Ched Evans’ ‘Not Guilty’ Verdict Doesn’t Mean He’s Morally Innocent

And the woman at the centre of this awful, awful court case is still a ‘victim’, says Grazia columnist Lucy Vine

Ched Evans

by Lucy Vine |
Published on

Not long ago, I told a friend of mine that she had ‘joined the Woman Club’ after she woke up in bed with a man she didn’t know very well, who had his fingers inside her. It was a second date, they’d been drinking together and ended up back at his. She told him she didn’t want to do anything and he waited until she fell asleep to decide that he knew better. She rang me crying the next day, furious, ashamed, and adamant she wasn’t going to do anything about it. Partly because she knew she would be blamed for being there at all, and partly because of what we have just seen done in the Ched Evans rape case.

On Friday 14th October, the footballer was found not guilty of rape, almost exactly two years after his release from prison for the crime. It’s the end of a very expensive campaign from the footballer to ‘clear his name’, and it’s included multiple private investigators and a £50,000 reward for anyone who could help lead to his acquittal. The ‘new evidence’, that allowed the case to be reopened, consisted of two men who came forward to describe casual sex they’d had with the 19-year-old waitress. As a consequence – and it is still very, very difficult to understand this – her sexual history was heard in court. Her sexual preferences grilled under oath.

After it was over, outside the court, Evans’ representative read out his statement, about the night that ‘changed my life… forever,’ saying, ‘My innocence has now been established.’

Legally, they found him not guilty – meaning the jurors couldn’t be certain beyond reasonable doubt that he did it – but morally innocent? Nothing about Evans’ actions in the early hours of 30 May 2011 were innocent. In case you’ve missed the horrible detail; after a night out in north Wales with his friend and fellow footballer, Clayton McDonald, Evans went to a kebab shop. CCTV footage shows him in there, pointing at the unnamed girl, who is falling over drunk inside the shop. McDonald later got in a taxi with her, texting Evans that he ‘got a bird’. Evans followed them back to the hotel shortly afterwards, lying to staff in order to get an extra room key. He sent his two friends round the side of the building, to watch from a window. Evans let himself in, had sex with the woman, and left via the fire exit, without – he admits – saying one single word to her before, during or afterwards.

The jury determined that the woman was conscious and coherent enough to give consent (although, just a reminder; the Sexual Offences Act 2003 is very clear that someone can only consent when they have ‘the freedom AND CAPACITY to make that choice.’ Those are my caps). But whatever went on, it’s clear that Evans’ intention was to have sex that night.
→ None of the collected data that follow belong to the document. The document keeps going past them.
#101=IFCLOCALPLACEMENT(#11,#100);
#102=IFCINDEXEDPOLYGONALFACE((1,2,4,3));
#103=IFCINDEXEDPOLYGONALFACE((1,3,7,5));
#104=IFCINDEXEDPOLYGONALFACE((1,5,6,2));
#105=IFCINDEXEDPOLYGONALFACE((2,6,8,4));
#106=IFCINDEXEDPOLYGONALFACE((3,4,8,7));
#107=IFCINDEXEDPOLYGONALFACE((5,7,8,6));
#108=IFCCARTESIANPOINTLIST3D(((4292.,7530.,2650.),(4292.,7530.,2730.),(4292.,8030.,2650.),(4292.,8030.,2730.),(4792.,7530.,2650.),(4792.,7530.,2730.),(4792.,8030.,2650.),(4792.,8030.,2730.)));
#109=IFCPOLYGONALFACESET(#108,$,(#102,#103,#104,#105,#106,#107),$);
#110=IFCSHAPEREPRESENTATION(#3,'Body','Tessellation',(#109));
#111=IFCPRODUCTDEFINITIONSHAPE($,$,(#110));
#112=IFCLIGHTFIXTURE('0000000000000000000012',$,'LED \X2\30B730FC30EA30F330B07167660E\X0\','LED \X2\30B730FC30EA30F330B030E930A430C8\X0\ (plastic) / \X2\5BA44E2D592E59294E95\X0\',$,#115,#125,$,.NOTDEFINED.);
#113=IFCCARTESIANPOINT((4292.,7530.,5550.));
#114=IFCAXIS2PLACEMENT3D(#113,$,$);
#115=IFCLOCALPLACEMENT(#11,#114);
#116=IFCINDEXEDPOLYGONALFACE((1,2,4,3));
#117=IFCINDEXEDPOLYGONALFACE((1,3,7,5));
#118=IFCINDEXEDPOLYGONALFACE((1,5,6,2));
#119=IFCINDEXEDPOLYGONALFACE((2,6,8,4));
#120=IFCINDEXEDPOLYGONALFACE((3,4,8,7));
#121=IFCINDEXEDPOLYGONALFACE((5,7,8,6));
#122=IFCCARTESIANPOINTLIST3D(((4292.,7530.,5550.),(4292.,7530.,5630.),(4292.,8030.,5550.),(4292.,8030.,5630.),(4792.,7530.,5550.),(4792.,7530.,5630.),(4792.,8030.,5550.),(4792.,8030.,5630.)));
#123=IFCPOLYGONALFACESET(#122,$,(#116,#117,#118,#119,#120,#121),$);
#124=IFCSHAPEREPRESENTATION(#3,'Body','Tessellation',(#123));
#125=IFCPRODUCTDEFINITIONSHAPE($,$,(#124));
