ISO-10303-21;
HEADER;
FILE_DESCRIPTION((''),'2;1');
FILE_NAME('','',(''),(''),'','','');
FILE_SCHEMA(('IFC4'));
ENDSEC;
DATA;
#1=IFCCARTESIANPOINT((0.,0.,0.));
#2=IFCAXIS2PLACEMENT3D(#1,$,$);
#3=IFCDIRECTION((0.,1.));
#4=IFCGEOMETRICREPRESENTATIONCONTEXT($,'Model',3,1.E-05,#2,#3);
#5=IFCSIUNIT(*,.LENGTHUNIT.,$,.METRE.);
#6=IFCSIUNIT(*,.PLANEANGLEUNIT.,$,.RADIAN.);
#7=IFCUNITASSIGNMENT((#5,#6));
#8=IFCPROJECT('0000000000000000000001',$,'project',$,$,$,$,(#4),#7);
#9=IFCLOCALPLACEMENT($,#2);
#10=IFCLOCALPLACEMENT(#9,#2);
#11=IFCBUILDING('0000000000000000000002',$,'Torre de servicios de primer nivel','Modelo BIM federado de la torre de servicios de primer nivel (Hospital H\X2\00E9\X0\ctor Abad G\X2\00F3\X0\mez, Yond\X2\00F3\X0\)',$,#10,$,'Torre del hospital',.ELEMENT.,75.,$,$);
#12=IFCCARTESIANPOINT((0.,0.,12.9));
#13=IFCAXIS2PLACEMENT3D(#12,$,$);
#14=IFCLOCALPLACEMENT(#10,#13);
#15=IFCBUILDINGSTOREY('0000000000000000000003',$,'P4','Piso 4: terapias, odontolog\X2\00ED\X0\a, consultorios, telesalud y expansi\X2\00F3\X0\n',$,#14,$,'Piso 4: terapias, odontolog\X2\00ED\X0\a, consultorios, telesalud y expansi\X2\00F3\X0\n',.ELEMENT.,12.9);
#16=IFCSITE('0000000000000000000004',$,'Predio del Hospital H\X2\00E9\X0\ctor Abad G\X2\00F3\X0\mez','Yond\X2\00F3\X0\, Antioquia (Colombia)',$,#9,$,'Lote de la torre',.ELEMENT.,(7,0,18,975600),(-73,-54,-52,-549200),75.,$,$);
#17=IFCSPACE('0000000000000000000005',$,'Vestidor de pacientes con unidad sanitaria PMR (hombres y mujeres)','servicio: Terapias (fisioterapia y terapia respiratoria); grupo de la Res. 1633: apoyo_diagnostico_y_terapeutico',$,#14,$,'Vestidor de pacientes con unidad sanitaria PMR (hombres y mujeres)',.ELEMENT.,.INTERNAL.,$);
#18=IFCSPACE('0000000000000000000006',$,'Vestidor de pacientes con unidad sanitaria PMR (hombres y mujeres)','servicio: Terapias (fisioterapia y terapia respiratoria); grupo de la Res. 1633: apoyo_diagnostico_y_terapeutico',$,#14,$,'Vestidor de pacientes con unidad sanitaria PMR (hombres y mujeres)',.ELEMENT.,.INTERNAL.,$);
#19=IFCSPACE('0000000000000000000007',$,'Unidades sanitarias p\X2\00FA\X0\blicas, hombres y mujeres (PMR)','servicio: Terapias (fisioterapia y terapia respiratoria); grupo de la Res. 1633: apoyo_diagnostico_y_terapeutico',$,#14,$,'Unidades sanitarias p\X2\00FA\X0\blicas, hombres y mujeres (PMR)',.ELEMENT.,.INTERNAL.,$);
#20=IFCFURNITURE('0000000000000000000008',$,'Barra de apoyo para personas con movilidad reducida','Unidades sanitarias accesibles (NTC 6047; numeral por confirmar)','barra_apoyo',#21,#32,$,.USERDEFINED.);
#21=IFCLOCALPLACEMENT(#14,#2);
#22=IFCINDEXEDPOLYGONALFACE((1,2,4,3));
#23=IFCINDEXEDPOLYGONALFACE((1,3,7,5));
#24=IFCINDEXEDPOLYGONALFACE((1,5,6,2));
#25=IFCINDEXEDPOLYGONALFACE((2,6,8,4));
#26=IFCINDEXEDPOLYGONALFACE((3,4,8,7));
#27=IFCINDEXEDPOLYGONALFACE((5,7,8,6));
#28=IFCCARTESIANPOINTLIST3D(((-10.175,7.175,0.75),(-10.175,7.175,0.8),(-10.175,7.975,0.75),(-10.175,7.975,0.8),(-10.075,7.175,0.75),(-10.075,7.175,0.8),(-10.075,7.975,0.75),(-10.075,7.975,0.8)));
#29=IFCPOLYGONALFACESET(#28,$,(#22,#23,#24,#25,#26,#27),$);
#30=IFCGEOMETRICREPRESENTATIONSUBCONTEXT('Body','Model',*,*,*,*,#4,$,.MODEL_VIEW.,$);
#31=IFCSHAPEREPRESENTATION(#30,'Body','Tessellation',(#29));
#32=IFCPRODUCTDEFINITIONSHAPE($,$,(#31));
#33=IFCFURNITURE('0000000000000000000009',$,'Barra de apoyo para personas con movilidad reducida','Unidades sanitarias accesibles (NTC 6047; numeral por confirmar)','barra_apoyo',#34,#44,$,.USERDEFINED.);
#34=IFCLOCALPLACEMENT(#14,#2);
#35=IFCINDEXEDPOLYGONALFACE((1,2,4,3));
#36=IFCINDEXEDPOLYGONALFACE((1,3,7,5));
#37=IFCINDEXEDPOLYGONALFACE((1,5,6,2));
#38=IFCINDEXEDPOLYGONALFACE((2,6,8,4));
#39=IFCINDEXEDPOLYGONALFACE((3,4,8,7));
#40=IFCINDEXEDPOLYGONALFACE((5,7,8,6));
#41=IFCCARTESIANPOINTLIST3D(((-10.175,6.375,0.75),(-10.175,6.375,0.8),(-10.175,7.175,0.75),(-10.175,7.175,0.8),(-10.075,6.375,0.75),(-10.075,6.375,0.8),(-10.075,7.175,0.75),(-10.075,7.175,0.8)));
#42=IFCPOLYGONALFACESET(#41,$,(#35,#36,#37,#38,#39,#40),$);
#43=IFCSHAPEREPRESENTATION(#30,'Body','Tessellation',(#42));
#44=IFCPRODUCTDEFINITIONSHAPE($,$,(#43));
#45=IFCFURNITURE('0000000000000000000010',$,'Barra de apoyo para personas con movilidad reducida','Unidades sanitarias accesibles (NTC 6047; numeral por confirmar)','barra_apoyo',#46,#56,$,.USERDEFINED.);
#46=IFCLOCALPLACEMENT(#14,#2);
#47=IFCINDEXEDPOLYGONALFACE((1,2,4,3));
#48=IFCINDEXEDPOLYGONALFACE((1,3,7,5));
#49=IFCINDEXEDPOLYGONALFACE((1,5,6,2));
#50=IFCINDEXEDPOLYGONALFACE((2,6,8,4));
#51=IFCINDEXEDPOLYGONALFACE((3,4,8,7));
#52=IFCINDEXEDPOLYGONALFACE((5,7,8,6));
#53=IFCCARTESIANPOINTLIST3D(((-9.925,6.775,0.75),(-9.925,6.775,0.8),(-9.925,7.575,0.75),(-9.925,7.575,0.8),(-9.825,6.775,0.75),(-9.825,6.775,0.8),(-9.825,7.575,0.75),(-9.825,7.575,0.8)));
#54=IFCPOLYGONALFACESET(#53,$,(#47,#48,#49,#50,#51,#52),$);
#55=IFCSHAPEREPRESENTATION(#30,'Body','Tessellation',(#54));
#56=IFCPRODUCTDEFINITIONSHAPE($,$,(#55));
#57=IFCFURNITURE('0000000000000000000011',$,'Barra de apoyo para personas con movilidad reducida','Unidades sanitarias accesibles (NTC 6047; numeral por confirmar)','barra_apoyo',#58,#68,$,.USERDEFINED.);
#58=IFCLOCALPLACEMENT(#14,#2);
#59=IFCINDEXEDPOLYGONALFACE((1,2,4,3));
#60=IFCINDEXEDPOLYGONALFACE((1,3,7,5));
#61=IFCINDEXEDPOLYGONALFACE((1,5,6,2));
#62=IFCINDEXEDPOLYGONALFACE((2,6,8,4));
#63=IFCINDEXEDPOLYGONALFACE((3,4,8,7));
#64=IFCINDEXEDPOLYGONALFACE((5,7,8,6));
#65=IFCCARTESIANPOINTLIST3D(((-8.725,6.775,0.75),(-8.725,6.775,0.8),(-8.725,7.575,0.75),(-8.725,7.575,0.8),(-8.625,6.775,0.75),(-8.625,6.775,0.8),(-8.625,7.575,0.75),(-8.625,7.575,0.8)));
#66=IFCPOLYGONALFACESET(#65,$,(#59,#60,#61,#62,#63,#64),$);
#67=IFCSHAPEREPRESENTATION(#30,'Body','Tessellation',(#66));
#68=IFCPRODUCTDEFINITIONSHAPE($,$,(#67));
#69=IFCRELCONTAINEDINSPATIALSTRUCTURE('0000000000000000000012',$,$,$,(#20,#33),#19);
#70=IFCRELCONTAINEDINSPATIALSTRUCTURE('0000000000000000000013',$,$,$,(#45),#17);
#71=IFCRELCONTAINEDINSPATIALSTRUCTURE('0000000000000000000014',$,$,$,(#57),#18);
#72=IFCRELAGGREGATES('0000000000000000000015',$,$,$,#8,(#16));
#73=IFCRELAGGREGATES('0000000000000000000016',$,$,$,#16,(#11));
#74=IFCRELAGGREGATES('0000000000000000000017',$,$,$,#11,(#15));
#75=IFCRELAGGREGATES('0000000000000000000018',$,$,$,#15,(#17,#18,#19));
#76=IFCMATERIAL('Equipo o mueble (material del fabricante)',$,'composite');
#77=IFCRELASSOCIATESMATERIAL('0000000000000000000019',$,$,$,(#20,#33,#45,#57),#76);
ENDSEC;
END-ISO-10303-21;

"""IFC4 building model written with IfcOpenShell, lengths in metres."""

from ifc_helpers import new_model, si_unit, direction, frame, origin, place, context, subcontext, project, spatial, rectangle, extrude, material, element, save


model = new_model("IFC4")

# Units and contexts
model_context = context("Model", 3, precision=1e-05, world=origin(), true_north=direction((0.0, 1.0)))
body_context = subcontext(model_context, "Body", "Model", "MODEL_VIEW")
ifc_project = project(units=[si_unit("LENGTHUNIT", "METRE"), si_unit("PLANEANGLEUNIT", "RADIAN")], contexts=[model_context])

# Site, building, storey
site_placement = place(None, origin())
site = spatial("IfcSite", under=ifc_project, at=site_placement, Name="Predio del Hospital Héctor Abad Gómez", Description="Yondó, Antioquia (Colombia)", LongName="Lote de la torre", CompositionType="ELEMENT", RefLatitude=(7, 0, 18, 975600), RefLongitude=(-73, -54, -52, -549200), RefElevation=75.0)
building_placement = place(site_placement, origin())
building = spatial("IfcBuilding", under=site, at=building_placement, Name="Torre de servicios de primer nivel", Description="Modelo BIM federado de la torre de servicios de primer nivel (Hospital Héctor Abad Gómez, Yondó)", LongName="Torre del hospital", CompositionType="ELEMENT", ElevationOfRefHeight=75.0)
placement = place(building_placement, frame((0.0, 0.0, 12.9)))
storey = spatial("IfcBuildingStorey", under=building, at=placement, Name="P4", Description="Piso 4: terapias, odontología, consultorios, telesalud y expansión", LongName="Piso 4: terapias, odontología, consultorios, telesalud y expansión", CompositionType="ELEMENT", Elevation=12.9)

# Shared definitions
ifc_material = material(Name="Equipo o mueble (material del fabricante)", Category="composite")

# Shared definitions
space_1 = spatial("IfcSpace", under=storey, at=placement, Name="Vestidor de pacientes con unidad sanitaria PMR (hombres y mujeres)", Description="servicio: Terapias (fisioterapia y terapia respiratoria); grupo de la Res. 1633: apoyo_diagnostico_y_terapeutico", LongName="Vestidor de pacientes con unidad sanitaria PMR (hombres y mujeres)", CompositionType="ELEMENT", PredefinedType="INTERNAL")

# Shared definitions
space_2 = spatial("IfcSpace", under=storey, at=placement, Name="Vestidor de pacientes con unidad sanitaria PMR (hombres y mujeres)", Description="servicio: Terapias (fisioterapia y terapia respiratoria); grupo de la Res. 1633: apoyo_diagnostico_y_terapeutico", LongName="Vestidor de pacientes con unidad sanitaria PMR (hombres y mujeres)", CompositionType="ELEMENT", PredefinedType="INTERNAL")

# Shared definitions
space_3 = spatial("IfcSpace", under=storey, at=placement, Name="Unidades sanitarias públicas, hombres y mujeres (PMR)", Description="servicio: Terapias (fisioterapia y terapia respiratoria); grupo de la Res. 1633: apoyo_diagnostico_y_terapeutico", LongName="Unidades sanitarias públicas, hombres y mujeres (PMR)", CompositionType="ELEMENT", PredefinedType="INTERNAL")

# Furniture
element("IfcFurniture", 1, at=placement, inside=space_3, material=ifc_material, Name="Barra de apoyo para personas con movilidad reducida", Description="Unidades sanitarias accesibles (NTC 6047; numeral por confirmar)", ObjectType="barra_apoyo", PredefinedType="USERDEFINED", context=body_context, shape_type="SweptSolid", body=[
    extrude(rectangle(XDim=0.8, YDim=0.1), frame((-10.125, 7.575, 0.75), z_axis=(0.0, 0.0, 1.0), x_axis=(0.0, 1.0, 0.0)), (0.0, 0.0, 1.0), 0.05),
])
element("IfcFurniture", 2, at=placement, inside=space_3, material=ifc_material, Name="Barra de apoyo para personas con movilidad reducida", Description="Unidades sanitarias accesibles (NTC 6047; numeral por confirmar)", ObjectType="barra_apoyo", PredefinedType="USERDEFINED", context=body_context, shape_type="SweptSolid", body=[
    extrude(rectangle(XDim=0.8, YDim=0.1), frame((-10.125, 6.775, 0.75), z_axis=(0.0, 0.0, 1.0), x_axis=(0.0, 1.0, 0.0)), (0.0, 0.0, 1.0), 0.05),
])
element("IfcFurniture", 3, at=placement, inside=space_1, material=ifc_material, Name="Barra de apoyo para personas con movilidad reducida", Description="Unidades sanitarias accesibles (NTC 6047; numeral por confirmar)", ObjectType="barra_apoyo", PredefinedType="USERDEFINED", context=body_context, shape_type="SweptSolid", body=[
    extrude(rectangle(XDim=0.8, YDim=0.1), frame((-9.875, 7.175, 0.75), z_axis=(0.0, 0.0, 1.0), x_axis=(0.0, -1.0, 0.0)), (0.0, 0.0, 1.0), 0.05),
])
element("IfcFurniture", 4, at=placement, inside=space_2, material=ifc_material, Name="Barra de apoyo para personas con movilidad reducida", Description="Unidades sanitarias accesibles (NTC 6047; numeral por confirmar)", ObjectType="barra_apoyo", PredefinedType="USERDEFINED", context=body_context, shape_type="SweptSolid", body=[
    extrude(rectangle(XDim=0.8, YDim=0.1), frame((-8.675, 7.175, 0.75), z_axis=(0.0, 0.0, 1.0), x_axis=(0.0, -1.0, 0.0)), (0.0, 0.0, 1.0), 0.05),
])

save(model, "model.ifc")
He let himself into the room, knowing his friend was in there with a drunk girl. He wanted to hear a certain answer and he expected to get it. He said later, during police interviews, that as a footballer he ‘could have had any girl.’ Her consent – and she could’ve been anyone – was largely presumed before Evans entered that room. It's what a lifetime of yesses – with fame and money opening every door - does.

The woman woke up the next morning, naked, with no memory of what had happened. A friend described her arriving on her doorstep, saying, ‘When I opened the door she was crying hysterically. She was sobbing, trying to catch her breath.’ The girl didn’t claim to be raped – that was decided for her – but either way, she’s been living in a kind of awful hell since. She’s had to move house over and over, changed her name and identity at least five times, and a quick, soul-destroying look (that I wish I hadn’t taken) on Twitter shows the vile vitriol goes on and on and on. Calling for her to be ‘shot in the head live on Saturday evening tv’, labelling her a ‘slut’ and a ‘bitch’, naming her again and again, despite her legal right to anonymity. Even callers to a BBC radio show on Monday felt entitled to comment on her sexuality with one listener telling the host: ‘She wasn’t exactly a virgin, was she?’

With this oh-so public, horrifying reaction to a rape case, how do we continue to convince women to come forward? When I told my friend that she was now part of ‘the Woman Club’, I meant that just about every one of us has been subjected to some kind of sexual assault at some point in our life. It starts to feel like the disgusting, sleazy wallpaper that comes with being a woman. And with the degradation of the victim front and centre in this case, what woman out there – my friend included – will feel secure coming forward about their assault? Particularly given the latest rape figures from last week, showing reports have doubled in the last four years, but convictions have fallen again, from an already dismally low 5%.

Ched Evans may be not guilty of rape, but with his disturbing actions that night, and those since – bringing in a victim’s sexual history to a rape case – he has enabled and validated the idea that women who have one night stands are too ‘slutty’ to be raped, and that ‘most’ women lie about being raped (the stats there are more like 5%). He’s not guilty in law, but he’s also a long way from being innocent.